§ WORK ORDER
Each line from the one containing "Request: Block up" to the end of the entries below must be restated exactly, and no other line should appear.

§ WORKING DATA
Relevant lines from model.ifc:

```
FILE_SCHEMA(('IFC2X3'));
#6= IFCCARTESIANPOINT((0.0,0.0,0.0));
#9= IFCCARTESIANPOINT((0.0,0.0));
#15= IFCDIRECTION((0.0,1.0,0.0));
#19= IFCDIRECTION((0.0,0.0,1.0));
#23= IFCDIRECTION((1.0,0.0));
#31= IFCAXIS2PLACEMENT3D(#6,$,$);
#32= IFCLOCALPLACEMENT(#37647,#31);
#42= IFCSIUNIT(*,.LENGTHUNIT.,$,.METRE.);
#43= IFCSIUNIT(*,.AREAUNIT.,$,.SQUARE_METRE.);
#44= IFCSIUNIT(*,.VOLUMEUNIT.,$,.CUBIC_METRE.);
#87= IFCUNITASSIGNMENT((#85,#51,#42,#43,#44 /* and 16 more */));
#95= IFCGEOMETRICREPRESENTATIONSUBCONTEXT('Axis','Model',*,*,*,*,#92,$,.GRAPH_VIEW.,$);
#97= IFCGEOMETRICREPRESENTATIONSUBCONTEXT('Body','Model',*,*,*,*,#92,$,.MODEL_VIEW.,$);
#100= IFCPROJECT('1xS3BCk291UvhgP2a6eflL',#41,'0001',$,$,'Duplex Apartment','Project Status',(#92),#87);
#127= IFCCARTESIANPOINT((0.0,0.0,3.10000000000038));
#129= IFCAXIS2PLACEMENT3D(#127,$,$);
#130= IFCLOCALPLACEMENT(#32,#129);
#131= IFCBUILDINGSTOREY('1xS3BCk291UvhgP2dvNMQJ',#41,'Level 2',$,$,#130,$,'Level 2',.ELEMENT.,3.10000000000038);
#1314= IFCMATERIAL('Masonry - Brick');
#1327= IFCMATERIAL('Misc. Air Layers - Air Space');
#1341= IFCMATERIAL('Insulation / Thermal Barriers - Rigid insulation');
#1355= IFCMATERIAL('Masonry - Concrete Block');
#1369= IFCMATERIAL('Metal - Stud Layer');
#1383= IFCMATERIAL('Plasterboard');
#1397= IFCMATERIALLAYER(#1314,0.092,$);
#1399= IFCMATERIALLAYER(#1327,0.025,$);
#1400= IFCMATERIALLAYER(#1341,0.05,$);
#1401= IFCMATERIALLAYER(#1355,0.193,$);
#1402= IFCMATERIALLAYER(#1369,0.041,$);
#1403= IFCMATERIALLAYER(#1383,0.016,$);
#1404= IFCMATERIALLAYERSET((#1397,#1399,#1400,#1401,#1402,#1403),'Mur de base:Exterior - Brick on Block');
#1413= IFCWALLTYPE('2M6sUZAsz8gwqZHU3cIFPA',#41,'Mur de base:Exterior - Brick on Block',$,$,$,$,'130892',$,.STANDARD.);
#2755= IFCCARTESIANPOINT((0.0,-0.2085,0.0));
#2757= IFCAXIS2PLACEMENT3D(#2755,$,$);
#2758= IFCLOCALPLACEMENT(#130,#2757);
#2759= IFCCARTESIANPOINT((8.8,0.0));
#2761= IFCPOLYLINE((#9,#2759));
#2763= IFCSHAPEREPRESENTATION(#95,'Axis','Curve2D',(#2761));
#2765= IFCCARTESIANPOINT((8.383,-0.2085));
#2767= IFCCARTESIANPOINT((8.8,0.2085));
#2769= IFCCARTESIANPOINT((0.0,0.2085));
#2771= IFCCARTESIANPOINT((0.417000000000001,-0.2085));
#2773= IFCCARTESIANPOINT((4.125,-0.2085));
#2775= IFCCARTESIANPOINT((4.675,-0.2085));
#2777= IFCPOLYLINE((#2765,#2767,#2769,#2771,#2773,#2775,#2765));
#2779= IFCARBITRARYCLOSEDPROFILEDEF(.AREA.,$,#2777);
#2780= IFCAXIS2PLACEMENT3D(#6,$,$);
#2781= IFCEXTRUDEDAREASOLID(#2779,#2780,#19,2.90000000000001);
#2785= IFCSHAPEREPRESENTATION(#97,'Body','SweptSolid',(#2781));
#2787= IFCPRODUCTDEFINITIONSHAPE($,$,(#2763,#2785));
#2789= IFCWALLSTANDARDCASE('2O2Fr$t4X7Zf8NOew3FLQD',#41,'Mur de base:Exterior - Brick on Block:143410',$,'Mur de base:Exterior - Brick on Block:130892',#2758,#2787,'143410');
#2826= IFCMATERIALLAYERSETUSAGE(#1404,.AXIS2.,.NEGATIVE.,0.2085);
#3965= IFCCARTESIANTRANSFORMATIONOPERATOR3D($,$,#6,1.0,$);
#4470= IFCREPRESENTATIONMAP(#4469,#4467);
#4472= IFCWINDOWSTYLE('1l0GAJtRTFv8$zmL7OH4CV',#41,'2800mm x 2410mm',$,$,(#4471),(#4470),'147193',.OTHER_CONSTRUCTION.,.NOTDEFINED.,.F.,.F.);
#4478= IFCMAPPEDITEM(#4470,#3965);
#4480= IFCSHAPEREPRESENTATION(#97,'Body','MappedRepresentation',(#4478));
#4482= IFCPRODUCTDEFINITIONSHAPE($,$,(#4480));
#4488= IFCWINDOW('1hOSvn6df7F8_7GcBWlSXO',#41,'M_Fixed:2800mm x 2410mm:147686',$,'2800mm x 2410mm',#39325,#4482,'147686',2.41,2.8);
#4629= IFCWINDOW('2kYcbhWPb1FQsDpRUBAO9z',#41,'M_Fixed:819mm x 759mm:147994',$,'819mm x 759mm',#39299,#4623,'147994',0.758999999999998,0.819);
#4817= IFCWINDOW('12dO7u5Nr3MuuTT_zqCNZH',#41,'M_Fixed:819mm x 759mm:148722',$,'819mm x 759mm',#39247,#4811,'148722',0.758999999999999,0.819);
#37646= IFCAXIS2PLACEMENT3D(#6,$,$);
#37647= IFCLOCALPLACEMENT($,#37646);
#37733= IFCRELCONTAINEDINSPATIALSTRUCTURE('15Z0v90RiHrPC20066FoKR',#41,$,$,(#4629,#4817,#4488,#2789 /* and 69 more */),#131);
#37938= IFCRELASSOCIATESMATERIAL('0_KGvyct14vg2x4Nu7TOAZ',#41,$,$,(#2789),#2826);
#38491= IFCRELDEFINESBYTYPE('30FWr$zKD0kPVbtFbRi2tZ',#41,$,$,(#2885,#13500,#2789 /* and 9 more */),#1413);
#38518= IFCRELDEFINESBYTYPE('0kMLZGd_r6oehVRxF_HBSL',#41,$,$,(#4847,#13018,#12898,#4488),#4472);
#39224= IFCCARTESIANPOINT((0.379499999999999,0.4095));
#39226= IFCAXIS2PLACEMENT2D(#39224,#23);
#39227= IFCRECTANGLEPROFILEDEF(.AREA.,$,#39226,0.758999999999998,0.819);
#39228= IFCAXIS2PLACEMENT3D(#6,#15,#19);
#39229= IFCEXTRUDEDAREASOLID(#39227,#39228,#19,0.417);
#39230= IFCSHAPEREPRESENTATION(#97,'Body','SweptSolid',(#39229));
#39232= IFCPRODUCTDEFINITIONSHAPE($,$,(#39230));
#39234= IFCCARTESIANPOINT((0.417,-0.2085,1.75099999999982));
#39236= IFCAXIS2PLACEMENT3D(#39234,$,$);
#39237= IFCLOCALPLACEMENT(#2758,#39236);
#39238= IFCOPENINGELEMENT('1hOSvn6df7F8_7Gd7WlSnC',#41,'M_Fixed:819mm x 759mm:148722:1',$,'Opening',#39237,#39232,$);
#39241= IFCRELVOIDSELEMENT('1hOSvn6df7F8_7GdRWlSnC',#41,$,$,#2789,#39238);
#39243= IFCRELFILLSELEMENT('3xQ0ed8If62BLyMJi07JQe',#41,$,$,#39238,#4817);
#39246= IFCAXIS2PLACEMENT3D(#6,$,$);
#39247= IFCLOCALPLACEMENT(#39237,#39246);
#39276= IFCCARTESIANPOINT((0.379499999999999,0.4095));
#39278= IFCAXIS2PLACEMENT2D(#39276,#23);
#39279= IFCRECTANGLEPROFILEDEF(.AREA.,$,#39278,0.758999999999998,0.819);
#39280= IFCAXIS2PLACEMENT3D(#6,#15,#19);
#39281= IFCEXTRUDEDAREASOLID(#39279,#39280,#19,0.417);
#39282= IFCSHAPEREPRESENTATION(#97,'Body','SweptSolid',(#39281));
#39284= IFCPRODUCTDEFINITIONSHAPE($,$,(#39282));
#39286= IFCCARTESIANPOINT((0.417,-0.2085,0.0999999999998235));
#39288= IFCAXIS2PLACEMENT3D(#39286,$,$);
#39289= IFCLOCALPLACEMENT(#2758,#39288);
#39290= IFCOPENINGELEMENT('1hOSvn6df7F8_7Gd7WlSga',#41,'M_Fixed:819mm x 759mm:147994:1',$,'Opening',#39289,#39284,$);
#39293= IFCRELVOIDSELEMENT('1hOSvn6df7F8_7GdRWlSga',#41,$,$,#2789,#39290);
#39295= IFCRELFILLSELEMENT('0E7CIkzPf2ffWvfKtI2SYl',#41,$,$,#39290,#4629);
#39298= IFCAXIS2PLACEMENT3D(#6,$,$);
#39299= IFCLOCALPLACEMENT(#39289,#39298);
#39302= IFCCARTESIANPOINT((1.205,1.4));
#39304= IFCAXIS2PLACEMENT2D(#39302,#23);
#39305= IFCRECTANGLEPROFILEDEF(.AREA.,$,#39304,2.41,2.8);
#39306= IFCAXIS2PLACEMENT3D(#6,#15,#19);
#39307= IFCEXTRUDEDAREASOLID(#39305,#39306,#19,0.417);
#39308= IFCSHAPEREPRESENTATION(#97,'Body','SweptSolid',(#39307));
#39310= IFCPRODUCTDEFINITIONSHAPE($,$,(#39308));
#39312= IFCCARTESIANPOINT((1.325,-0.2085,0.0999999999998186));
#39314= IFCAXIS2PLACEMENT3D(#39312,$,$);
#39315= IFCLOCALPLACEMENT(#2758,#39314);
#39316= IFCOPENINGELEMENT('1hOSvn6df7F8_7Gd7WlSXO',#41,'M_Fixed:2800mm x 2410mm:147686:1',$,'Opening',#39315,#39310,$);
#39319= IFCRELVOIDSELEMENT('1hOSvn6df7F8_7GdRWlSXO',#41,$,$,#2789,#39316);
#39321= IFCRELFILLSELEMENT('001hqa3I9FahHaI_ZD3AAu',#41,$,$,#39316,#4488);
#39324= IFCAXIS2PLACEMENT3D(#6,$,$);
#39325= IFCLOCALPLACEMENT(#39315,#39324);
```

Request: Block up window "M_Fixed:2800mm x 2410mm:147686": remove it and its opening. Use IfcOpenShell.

```python
import ifcopenshell
import ifcopenshell.api.feature
import ifcopenshell.api.root
import ifcopenshell.geom
import ifcopenshell.util.shape

model = ifcopenshell.open("model.ifc")
settings = ifcopenshell.geom.settings()


def volume(element):
    """Net volume in cubic metres, openings subtracted."""
    shape = ifcopenshell.geom.create_shape(settings, element)
    return ifcopenshell.util.shape.get_volume(shape.geometry)


window = model.by_guid("1hOSvn6df7F8_7GcBWlSXO")
opening = window.FillsVoids[0].RelatingOpeningElement
wall = opening.VoidsElements[0].RelatingBuildingElement
before = volume(wall)

ifcopenshell.api.root.remove_product(model, product=window)
ifcopenshell.api.feature.remove_feature(model, feature=opening)

after = volume(wall)

print(f"wall volume {before:.3f} -> {after:.3f} m3")

model.write("model_v2.ifc")
```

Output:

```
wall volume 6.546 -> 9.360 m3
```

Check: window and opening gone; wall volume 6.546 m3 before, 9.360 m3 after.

§ THE ANSWER
Request: Block up window "M_Fixed:2800mm x 2410mm:147686": remove it and its opening. Use IfcOpenShell.

```python
import ifcopenshell
import ifcopenshell.api.feature
import ifcopenshell.api.root
import ifcopenshell.geom
import ifcopenshell.util.shape

model = ifcopenshell.open("model.ifc")
settings = ifcopenshell.geom.settings()


def volume(element):
    """Net volume in cubic metres, openings subtracted."""
    shape = ifcopenshell.geom.create_shape(settings, element)
    return ifcopenshell.util.shape.get_volume(shape.geometry)


window = model.by_guid("1hOSvn6df7F8_7GcBWlSXO")
opening = window.FillsVoids[0].RelatingOpeningElement
wall = opening.VoidsElements[0].RelatingBuildingElement
before = volume(wall)

ifcopenshell.api.root.remove_product(model, product=window)
ifcopenshell.api.feature.remove_feature(model, feature=opening)

after = volume(wall)

print(f"wall volume {before:.3f} -> {after:.3f} m3")

model.write("model_v2.ifc")
```

Output:

```
wall volume 6.546 -> 9.360 m3
```

Check: window and opening gone; wall volume 6.546 m3 before, 9.360 m3 after.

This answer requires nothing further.